- **ASSIGNED TASK**
Copy each line from the entries that the word "IFCSHAPEREPRESENTATION" appears in.

- **RECORDS PROVIDED**
------------------------------------------------------------------------

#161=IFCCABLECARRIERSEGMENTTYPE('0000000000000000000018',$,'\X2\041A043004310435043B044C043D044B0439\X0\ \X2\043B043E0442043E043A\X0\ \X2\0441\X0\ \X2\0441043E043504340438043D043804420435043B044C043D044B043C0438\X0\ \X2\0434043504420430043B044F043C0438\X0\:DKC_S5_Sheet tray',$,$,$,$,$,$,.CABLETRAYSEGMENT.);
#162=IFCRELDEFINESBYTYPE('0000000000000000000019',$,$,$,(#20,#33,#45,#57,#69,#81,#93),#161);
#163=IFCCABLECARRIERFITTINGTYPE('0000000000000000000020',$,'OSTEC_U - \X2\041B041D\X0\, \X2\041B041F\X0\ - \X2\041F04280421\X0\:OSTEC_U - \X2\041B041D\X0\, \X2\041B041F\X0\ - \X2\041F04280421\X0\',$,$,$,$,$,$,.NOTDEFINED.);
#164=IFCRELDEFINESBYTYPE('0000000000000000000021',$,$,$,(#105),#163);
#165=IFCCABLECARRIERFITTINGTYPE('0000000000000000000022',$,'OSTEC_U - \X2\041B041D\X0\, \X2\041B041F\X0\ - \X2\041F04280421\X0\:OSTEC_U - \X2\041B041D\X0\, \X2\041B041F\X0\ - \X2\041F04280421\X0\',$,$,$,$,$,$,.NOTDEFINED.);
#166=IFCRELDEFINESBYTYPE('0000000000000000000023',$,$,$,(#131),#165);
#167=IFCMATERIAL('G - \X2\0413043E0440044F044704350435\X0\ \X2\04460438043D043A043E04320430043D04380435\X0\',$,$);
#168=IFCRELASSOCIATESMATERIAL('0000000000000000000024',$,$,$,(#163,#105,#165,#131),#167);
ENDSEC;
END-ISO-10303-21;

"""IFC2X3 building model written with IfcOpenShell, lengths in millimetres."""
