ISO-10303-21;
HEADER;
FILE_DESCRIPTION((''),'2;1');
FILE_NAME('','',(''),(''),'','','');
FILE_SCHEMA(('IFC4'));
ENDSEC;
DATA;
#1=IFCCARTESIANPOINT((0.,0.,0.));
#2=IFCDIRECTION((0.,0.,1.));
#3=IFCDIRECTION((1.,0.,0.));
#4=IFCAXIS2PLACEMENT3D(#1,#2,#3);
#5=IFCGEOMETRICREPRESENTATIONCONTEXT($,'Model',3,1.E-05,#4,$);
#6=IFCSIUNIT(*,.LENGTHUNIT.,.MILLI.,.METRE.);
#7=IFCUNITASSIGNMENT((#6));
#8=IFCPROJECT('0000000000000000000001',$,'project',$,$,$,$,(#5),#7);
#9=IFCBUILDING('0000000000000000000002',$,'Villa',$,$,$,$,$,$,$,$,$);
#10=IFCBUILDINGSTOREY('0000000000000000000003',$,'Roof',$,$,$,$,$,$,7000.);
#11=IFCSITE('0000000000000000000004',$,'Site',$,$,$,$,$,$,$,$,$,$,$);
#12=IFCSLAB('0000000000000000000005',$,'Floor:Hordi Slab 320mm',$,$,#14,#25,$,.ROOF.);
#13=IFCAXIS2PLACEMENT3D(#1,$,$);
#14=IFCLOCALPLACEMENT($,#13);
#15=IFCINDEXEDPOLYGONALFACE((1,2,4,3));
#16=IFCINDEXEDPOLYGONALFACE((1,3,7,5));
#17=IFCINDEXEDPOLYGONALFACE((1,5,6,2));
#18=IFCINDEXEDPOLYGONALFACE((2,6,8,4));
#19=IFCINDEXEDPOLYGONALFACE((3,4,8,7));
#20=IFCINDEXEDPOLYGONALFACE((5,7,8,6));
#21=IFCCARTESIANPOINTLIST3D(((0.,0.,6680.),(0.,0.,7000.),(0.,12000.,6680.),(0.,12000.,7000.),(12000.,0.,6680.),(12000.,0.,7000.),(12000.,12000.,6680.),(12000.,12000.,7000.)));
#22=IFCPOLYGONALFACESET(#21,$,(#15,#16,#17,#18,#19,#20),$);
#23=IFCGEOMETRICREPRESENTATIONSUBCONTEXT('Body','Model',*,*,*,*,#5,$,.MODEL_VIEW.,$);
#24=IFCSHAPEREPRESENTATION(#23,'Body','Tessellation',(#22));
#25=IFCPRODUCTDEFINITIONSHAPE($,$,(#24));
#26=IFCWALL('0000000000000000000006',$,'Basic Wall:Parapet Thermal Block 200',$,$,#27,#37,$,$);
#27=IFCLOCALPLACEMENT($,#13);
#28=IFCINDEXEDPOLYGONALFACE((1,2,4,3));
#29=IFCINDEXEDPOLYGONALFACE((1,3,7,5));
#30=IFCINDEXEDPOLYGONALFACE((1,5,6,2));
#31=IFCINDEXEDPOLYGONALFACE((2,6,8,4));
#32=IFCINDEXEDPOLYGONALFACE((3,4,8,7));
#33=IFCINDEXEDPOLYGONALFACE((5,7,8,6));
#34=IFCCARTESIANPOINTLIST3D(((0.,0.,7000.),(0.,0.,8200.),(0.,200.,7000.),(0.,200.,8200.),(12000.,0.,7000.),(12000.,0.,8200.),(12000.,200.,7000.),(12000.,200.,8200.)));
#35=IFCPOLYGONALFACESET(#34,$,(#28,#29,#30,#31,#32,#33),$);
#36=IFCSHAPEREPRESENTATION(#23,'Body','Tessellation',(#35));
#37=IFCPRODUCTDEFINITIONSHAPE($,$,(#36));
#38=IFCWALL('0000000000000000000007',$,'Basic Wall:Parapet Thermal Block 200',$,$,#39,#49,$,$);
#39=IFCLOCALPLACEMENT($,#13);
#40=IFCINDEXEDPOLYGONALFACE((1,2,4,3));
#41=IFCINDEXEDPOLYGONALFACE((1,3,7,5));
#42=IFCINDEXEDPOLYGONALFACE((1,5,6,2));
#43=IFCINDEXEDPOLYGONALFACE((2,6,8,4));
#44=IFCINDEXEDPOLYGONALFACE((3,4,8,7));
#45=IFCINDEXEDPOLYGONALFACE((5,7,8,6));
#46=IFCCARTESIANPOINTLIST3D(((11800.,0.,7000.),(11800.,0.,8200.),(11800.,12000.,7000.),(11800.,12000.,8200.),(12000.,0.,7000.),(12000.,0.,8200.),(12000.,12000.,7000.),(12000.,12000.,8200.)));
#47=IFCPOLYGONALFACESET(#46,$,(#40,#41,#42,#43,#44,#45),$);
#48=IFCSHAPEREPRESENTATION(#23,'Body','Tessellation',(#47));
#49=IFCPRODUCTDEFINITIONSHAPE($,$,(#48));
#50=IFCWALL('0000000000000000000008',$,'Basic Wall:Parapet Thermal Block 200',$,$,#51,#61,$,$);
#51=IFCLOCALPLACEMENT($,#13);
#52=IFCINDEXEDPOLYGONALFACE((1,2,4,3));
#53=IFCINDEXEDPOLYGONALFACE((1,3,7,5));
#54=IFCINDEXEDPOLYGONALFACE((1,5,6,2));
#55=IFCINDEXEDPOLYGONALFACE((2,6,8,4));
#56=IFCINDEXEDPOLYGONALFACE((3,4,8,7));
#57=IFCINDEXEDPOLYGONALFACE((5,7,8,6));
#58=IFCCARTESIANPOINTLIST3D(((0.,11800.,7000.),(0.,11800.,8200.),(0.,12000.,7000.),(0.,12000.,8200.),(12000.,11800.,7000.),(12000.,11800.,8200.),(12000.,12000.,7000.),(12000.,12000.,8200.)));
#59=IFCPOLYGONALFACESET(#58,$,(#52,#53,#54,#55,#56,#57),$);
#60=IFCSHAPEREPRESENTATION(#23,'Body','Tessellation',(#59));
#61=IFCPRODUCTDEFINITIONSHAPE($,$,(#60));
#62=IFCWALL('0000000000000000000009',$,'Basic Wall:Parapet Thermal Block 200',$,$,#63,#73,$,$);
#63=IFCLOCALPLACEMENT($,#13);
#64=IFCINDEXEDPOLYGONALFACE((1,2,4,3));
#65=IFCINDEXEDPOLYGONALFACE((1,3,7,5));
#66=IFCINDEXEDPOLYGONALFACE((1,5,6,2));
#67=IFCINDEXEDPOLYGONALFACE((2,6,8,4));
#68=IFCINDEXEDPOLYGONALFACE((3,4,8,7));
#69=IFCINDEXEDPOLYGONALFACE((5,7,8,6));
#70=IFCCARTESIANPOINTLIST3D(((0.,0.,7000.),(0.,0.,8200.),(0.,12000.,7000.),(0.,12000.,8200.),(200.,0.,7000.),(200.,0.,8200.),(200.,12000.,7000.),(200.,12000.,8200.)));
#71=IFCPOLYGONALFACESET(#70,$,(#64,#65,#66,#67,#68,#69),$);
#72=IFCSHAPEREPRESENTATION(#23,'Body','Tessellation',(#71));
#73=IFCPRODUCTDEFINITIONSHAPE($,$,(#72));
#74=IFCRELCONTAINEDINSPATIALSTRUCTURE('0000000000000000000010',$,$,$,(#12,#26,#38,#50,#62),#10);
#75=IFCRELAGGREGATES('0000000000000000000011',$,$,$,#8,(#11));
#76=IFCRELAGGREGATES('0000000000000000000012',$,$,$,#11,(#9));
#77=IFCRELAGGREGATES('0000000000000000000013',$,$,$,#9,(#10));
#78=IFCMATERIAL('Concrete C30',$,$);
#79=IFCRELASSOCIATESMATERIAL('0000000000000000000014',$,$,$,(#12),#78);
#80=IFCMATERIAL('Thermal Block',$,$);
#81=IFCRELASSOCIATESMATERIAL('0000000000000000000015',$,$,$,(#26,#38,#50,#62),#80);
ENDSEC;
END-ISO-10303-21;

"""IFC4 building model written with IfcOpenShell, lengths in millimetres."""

from ifc_helpers import new_model, si_unit, frame, origin_with_axes, place, context, subcontext, project, spatial, indexed_curve, outline, extrude, material, element, save


model = new_model("IFC4")

# Units and contexts
model_context = context("Model", 3, precision=1e-05, world=origin_with_axes())
body_context = subcontext(model_context, "Body", "Model", "MODEL_VIEW")
ifc_project = project(units=[si_unit("LENGTHUNIT", "METRE", prefix="MILLI")], contexts=[model_context])

# Site, building, storey
site = spatial("IfcSite", under=ifc_project, Name="Site")
building = spatial("IfcBuilding", under=site, Name="Villa")
storey = spatial("IfcBuildingStorey", under=building, Name="Roof", Elevation=7000.0)

# Slab
ifc_material_1 = material(Name="Concrete C30")
slab_placement = place(None, frame((0.0, 0.0, 6680.0), z_axis=(0.0, 0.0, 1.0), x_axis=(1.0, 0.0, 0.0)))
element("IfcSlab", 1, at=slab_placement, inside=storey, material=ifc_material_1, Name="Floor:Hordi Slab 320mm", PredefinedType="ROOF", context=body_context, shape_type="SweptSolid", body=[
    extrude(outline(indexed_curve([(0.0, 0.0), (12000.0, 0.0), (12000.0, 12000.0), (0.0, 12000.0)])), None, (0.0, 0.0, 1.0), 320.0),
])

# Walls
ifc_material_2 = material(Name="Thermal Block")
for number, where, z_axis, x_axis, name in (
    (2, (0.0, 0.0, 7000.0), (0.0, 0.0, 1.0), (1.0, 0.0, 0.0), "Basic Wall:Parapet Thermal Block 200"),
    (3, (12000.0, 0.0, 7000.0), (0.0, 0.0, 1.0), (0.0, 1.0, 0.0), "Basic Wall:Parapet Thermal Block 200"),
    (4, (12000.0, 12000.0, 7000.0), (0.0, 0.0, 1.0), (-1.0, 0.0, 0.0), "Basic Wall:Parapet Thermal Block 200"),
    (5, (0.0, 12000.0, 7000.0), (0.0, 0.0, 1.0), (0.0, -1.0, 0.0), "Basic Wall:Parapet Thermal Block 200"),
):
    element("IfcWall", number, at=place(None, frame(where, z_axis=z_axis, x_axis=x_axis)), inside=storey, material=ifc_material_2, Name=name, context=body_context, shape_type="SweptSolid", body=[
        extrude(outline(indexed_curve([(0.0, 0.0), (0.0, 200.0), (12000.0, 200.0), (12000.0, 0.0), (0.0, 0.0)], self_intersect=False)), origin_with_axes(), (0.0, 0.0, 1.0), 1200.0),
    ])

save(model, "model.ifc")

------------------------------------------------------------------------

- **YOUR SOLUTION**
#24=IFCSHAPEREPRESENTATION(#23,'Body','Tessellation',(#22));
#36=IFCSHAPEREPRESENTATION(#23,'Body','Tessellation',(#35));
#48=IFCSHAPEREPRESENTATION(#23,'Body','Tessellation',(#47));
#60=IFCSHAPEREPRESENTATION(#23,'Body','Tessellation',(#59));
#72=IFCSHAPEREPRESENTATION(#23,'Body','Tessellation',(#71));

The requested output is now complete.